» **ACTIVITY**
Every line in the data below that has the word "None" should be returned.

» **GIVEN DATA**
Start of Block
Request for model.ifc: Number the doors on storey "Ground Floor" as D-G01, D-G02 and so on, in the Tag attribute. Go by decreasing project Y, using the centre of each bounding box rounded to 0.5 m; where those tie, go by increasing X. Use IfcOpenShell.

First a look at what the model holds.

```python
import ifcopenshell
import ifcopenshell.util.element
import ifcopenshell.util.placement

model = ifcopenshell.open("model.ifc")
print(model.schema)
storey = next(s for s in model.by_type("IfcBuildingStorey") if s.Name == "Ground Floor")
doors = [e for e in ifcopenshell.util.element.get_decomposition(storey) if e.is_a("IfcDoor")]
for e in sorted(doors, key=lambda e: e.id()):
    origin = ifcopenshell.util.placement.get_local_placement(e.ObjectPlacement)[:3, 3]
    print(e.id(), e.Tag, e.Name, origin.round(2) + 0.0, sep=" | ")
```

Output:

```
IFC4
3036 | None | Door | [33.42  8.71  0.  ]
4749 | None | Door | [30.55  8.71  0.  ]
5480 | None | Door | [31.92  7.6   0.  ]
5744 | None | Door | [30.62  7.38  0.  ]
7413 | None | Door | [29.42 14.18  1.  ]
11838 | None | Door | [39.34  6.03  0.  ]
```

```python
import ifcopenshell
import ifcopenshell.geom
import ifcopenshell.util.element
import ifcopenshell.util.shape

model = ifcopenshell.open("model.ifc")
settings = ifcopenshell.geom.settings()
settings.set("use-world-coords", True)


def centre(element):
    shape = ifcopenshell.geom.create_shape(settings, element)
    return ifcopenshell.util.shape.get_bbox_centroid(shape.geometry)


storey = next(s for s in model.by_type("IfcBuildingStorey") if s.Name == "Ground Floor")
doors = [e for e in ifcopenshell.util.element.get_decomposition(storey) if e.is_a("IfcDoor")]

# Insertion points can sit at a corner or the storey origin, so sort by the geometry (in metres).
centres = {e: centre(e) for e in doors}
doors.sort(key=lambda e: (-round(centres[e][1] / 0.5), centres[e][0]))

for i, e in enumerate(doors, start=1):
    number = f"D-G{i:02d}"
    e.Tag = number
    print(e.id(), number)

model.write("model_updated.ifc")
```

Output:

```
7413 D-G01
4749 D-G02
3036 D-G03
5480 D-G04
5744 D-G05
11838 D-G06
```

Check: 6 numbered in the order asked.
End of Block
» **EXERCISE SOLUTION**
3036 | None | Door | [33.42  8.71  0.  ]
4749 | None | Door | [30.55  8.71  0.  ]
5480 | None | Door | [31.92  7.6   0.  ]
5744 | None | Door | [30.62  7.38  0.  ]
7413 | None | Door | [29.42 14.18  1.  ]
11838 | None | Door | [39.34  6.03  0.  ]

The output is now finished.